Data excerpts:
──────────────────────────────

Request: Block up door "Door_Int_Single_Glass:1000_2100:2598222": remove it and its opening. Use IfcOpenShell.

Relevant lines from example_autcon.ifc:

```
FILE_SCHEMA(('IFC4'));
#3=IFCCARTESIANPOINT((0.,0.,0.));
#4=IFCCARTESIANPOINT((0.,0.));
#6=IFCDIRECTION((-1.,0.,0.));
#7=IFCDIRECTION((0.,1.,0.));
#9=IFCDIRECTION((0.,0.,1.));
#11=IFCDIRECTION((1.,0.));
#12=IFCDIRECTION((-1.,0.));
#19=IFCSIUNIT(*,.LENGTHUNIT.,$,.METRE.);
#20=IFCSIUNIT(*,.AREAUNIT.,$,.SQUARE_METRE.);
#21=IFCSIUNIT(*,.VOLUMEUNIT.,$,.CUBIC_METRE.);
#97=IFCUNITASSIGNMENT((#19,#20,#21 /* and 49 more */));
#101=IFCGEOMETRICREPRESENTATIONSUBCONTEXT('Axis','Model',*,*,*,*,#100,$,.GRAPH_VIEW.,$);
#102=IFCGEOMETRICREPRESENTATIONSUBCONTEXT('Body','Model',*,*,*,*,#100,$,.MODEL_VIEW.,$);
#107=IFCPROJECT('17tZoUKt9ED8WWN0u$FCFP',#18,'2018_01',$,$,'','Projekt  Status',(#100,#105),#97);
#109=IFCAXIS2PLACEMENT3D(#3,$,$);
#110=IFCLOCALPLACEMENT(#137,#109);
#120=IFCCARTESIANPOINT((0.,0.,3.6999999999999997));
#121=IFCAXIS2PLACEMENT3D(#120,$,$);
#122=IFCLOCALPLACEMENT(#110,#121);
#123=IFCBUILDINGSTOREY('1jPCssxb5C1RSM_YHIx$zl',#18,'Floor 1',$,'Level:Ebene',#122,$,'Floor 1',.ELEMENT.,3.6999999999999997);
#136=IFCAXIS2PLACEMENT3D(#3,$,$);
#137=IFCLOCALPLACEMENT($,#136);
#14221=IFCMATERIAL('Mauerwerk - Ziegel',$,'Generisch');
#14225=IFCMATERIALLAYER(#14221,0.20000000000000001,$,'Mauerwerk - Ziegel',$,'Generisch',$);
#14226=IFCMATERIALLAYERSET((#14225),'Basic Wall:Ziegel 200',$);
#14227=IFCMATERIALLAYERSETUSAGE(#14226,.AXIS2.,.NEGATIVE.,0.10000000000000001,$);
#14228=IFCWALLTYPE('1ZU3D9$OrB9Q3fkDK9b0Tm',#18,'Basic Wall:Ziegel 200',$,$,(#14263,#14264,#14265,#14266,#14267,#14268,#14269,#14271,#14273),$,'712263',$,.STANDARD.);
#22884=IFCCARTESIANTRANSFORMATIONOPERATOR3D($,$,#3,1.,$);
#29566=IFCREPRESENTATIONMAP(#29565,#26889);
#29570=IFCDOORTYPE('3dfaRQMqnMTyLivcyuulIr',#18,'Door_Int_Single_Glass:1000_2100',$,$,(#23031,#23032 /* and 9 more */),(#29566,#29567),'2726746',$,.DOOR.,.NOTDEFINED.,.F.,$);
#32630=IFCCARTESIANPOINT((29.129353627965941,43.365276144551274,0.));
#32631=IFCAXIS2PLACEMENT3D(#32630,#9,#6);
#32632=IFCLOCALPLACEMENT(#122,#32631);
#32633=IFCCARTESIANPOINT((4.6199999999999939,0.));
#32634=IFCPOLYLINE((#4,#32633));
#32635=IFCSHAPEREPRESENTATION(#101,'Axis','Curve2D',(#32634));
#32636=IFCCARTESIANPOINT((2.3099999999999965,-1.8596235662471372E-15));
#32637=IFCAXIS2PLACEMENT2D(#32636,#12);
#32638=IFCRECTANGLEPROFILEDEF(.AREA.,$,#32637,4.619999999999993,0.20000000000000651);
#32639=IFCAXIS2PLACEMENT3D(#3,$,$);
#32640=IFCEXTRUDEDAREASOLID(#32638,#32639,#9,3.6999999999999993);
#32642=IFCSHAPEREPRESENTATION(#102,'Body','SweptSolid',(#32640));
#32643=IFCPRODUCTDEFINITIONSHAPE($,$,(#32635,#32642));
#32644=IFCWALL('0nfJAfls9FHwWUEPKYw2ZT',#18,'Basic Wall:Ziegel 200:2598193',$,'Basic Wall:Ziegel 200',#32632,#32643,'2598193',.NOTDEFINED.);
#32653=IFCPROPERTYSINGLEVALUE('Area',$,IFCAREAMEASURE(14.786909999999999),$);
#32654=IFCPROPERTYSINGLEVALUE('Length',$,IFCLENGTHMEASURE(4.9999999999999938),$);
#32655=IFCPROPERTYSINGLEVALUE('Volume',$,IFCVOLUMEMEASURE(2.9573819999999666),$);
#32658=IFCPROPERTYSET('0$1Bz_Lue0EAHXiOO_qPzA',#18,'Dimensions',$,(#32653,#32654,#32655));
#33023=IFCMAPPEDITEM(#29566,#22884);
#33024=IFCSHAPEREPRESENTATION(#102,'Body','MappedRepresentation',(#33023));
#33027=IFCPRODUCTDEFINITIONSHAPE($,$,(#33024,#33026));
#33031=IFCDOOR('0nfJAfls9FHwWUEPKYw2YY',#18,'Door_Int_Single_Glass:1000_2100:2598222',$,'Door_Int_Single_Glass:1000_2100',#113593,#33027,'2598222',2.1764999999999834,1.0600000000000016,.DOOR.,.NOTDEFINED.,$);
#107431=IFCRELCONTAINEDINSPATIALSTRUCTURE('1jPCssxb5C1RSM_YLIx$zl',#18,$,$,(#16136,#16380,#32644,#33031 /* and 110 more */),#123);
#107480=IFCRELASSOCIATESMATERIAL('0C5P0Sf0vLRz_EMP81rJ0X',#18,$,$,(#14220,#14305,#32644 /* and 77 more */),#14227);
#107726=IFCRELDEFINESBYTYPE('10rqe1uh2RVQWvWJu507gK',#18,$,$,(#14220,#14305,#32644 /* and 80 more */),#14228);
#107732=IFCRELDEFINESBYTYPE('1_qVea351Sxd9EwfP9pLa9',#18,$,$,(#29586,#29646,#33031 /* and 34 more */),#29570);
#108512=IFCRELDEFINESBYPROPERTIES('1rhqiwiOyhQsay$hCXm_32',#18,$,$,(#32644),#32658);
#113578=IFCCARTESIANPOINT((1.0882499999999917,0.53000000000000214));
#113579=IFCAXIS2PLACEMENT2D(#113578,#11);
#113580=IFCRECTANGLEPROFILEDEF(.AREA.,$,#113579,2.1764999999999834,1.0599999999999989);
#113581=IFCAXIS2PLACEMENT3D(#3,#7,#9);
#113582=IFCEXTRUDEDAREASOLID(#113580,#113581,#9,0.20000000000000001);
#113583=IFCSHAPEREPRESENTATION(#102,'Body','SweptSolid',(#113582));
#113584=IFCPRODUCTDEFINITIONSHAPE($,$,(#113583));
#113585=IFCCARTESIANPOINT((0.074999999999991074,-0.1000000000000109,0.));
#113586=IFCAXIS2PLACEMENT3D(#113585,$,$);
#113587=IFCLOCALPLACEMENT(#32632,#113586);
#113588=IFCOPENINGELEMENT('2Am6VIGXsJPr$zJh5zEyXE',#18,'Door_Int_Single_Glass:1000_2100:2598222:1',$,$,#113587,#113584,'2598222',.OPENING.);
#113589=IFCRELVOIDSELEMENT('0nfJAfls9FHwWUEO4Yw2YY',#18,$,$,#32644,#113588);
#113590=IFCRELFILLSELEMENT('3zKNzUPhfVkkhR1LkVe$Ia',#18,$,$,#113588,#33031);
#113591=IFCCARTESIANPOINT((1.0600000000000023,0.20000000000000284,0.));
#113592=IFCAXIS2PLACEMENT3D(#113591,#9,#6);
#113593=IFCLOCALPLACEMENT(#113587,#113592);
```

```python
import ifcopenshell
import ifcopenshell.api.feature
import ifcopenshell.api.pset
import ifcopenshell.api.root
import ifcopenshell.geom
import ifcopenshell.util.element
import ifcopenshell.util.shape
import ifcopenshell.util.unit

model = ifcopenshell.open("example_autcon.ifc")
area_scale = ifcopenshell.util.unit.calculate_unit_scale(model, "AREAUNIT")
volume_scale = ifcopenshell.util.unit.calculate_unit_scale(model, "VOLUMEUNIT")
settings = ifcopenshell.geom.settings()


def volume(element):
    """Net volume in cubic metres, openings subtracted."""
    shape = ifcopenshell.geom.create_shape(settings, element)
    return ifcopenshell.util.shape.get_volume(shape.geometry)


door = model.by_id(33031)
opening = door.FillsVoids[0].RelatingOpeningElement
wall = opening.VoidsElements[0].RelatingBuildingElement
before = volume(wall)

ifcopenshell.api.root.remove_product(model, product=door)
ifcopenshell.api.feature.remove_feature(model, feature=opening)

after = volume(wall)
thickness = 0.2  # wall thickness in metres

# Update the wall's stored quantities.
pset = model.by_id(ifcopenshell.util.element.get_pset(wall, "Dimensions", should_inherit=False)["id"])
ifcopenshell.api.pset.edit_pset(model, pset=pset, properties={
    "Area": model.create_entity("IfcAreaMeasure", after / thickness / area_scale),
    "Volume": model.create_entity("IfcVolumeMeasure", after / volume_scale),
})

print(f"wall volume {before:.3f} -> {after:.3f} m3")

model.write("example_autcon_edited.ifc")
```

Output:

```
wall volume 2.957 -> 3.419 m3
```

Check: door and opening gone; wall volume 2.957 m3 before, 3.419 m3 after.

──────────────────────────────

Your objective:
Filter this listing and copy only the lines holding the word "IFCDIRECTION".

Your response:
#6=IFCDIRECTION((-1.,0.,0.));
#7=IFCDIRECTION((0.,1.,0.));
#9=IFCDIRECTION((0.,0.,1.));
#11=IFCDIRECTION((1.,0.));
#12=IFCDIRECTION((-1.,0.));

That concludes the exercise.